If the total norm was 100 and the maximum is 1 we divide every
gradient by 100. The largest gradients become 0.01. The smallest
gradients become even smaller. The direction of the update is
unchanged. Only the step size changes.

### Why max_norm of 1.0

The value 1.0 is the standard for transformer training. It was
chosen empirically. Smaller values like 0.1 make training too
slow because the model can only take tiny steps. Larger values
like 10.0 provide little protection because most gradient norms
are already below 10. A value of 1.0 catches the dangerous spikes
without interfering with normal training steps.

## A tiny code example

```python
import torch
import torch.nn as nn

# Create a small model and some fake gradients
model = nn.Linear(10, 10)
loss = model(torch.randn(1, 10)).sum()
loss.backward()

# Check the gradient norm before clipping
total_norm = 0.0
for p in model.parameters():
    if p.grad is not None:
        total_norm += p.grad.norm(2).item() ** 2
total_norm = total_norm ** 0.5

print(f"Gradient norm before clipping: {total_norm:.4f}")

# Clip
torch.nn.utils.clip_grad_norm_(model.parameters(), max_norm=1.0)

# Check after
total_norm_after = 0.0
for p in model.parameters():
    if p.grad is not None:
        total_norm_after += p.grad.norm(2).item() ** 2
total_norm_after = total_norm_after ** 0.5

print(f"Gradient norm after clipping:  {total_norm_after:.4f}")
print(f"Clipped: {total_norm > 1.0}")
```

## What happens without it

Training language models without gradient clipping is playing
with fire. Most steps will be fine. The gradients will be small
and the model will learn. But eventually the model will
encounter a batch of text that produces large gradients. The
loss will spike. If the model is lucky it will recover. If it is
unlucky the spike will push the weights into a region where every
subsequent step also produces large gradients.
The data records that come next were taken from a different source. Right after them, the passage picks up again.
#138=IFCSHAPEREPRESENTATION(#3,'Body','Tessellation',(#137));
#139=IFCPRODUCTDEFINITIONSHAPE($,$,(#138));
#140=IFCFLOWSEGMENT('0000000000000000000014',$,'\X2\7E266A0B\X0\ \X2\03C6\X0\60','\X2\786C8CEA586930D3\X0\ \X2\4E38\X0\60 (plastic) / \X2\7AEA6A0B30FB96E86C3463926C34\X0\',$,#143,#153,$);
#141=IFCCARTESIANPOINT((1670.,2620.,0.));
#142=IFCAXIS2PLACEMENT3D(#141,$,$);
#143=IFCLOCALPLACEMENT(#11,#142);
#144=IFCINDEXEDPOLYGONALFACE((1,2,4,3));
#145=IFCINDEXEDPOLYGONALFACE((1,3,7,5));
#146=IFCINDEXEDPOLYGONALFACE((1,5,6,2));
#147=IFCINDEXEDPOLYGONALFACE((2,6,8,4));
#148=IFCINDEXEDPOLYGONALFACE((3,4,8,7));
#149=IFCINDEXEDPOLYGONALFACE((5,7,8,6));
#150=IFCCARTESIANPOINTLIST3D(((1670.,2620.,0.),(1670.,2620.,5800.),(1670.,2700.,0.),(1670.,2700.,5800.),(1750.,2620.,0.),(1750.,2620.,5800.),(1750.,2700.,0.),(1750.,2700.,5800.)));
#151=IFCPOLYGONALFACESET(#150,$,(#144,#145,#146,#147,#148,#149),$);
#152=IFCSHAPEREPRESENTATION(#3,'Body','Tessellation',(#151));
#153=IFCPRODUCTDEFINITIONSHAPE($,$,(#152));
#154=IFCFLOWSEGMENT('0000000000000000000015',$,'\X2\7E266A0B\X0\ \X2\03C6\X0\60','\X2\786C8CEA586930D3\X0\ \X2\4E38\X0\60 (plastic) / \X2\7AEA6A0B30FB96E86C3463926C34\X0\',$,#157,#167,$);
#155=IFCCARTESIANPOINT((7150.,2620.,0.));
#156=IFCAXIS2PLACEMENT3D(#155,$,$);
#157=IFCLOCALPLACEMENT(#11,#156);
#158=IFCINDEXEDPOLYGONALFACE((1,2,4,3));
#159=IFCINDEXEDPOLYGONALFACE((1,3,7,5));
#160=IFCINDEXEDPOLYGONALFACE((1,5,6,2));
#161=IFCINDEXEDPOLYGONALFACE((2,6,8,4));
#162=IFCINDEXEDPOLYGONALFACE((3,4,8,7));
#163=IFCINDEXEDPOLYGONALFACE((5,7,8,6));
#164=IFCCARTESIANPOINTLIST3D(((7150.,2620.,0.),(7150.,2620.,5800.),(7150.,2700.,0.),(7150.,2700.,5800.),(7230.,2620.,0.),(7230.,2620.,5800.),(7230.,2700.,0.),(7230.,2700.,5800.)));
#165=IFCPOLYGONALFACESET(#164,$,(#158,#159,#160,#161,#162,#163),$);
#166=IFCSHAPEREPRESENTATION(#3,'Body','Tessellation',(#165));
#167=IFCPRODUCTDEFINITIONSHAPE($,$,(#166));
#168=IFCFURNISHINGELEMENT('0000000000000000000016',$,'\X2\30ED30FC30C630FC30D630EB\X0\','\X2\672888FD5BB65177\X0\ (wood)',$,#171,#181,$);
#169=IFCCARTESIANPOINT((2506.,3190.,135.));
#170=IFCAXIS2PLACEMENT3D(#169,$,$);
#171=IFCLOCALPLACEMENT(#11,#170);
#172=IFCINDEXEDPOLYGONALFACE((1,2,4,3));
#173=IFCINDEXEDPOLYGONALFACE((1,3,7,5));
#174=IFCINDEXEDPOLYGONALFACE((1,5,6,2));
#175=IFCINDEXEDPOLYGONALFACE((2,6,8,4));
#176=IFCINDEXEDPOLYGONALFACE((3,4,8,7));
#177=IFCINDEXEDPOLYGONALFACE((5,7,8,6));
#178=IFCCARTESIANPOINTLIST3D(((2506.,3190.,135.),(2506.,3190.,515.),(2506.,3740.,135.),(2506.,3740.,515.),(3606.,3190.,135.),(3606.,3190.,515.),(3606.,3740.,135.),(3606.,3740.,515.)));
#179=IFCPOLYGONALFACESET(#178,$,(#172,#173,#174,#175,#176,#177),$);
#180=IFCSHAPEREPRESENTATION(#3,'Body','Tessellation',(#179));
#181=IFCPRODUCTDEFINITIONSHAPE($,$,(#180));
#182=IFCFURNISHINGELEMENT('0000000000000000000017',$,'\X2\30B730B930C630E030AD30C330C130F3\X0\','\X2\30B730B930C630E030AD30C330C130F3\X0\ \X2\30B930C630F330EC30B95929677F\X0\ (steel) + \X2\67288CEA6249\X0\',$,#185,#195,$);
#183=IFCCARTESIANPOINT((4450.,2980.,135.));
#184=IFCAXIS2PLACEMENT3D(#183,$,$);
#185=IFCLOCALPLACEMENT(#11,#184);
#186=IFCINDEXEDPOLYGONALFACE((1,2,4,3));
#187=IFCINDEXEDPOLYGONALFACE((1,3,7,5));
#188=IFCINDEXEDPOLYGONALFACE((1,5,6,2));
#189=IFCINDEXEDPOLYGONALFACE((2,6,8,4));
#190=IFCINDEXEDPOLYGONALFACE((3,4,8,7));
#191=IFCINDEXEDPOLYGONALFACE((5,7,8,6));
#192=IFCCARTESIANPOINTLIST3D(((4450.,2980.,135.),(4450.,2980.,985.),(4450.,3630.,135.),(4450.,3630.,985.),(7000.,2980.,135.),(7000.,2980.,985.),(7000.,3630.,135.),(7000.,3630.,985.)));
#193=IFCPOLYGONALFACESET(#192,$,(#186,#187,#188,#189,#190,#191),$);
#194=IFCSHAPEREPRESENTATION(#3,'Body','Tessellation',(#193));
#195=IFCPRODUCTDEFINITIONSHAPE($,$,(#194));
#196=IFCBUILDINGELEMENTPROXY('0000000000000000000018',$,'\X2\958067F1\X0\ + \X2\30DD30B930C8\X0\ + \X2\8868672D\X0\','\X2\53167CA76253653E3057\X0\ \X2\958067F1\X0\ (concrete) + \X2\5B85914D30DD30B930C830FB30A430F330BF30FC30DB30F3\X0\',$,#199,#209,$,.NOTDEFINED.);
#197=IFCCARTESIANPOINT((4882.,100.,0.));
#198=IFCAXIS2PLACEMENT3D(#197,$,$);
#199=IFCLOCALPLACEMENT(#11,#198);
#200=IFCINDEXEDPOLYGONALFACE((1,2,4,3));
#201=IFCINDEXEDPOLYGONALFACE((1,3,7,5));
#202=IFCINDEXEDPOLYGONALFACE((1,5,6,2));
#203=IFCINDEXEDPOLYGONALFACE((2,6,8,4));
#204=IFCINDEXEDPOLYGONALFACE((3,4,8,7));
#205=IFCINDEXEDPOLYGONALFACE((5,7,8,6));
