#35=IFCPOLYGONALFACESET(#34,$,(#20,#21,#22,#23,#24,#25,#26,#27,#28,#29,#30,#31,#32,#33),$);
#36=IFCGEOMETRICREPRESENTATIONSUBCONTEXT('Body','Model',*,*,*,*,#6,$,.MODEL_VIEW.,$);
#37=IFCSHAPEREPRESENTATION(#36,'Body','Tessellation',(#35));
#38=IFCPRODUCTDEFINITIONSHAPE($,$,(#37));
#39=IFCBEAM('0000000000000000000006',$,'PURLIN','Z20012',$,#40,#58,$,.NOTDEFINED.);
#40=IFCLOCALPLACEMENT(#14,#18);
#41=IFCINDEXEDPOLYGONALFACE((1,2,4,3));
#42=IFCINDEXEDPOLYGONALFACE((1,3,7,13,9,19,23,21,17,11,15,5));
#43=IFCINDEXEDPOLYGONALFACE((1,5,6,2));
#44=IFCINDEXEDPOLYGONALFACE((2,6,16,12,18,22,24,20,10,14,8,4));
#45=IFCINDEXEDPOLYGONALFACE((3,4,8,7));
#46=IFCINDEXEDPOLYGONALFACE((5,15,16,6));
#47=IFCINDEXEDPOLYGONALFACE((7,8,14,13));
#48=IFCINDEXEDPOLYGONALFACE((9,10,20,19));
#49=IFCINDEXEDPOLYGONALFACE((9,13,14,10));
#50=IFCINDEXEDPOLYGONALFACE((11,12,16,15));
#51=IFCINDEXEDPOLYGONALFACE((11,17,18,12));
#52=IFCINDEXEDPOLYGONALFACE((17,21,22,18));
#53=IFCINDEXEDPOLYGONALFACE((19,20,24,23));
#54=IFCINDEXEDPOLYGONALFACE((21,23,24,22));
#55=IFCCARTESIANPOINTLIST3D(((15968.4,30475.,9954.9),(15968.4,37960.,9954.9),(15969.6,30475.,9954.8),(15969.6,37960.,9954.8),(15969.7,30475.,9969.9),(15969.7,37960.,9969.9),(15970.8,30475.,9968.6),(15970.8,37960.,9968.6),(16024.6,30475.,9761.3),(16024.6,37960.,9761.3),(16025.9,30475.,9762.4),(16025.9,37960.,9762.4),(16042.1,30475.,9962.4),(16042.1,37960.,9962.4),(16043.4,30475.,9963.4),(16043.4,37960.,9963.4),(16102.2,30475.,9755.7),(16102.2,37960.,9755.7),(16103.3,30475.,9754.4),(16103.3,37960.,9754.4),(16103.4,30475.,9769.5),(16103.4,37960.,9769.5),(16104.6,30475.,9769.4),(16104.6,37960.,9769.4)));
The loss will
diverge to infinity and the training run will be lost.

Gradient clipping costs nothing in terms of model quality. It has
no downside. It is a pure safety measure that prevents a rare but
catastrophic failure mode. Every production training run uses it.

## What you need to remember

Gradient clipping limits how much the model's weights can change
in a single training step. If gradients are too large they are
scaled down proportionally to a maximum norm. The standard
maximum is 1.0 for transformer training.

One function call. Zero downside. Infinite protection against a
training killing failure mode. Use it always.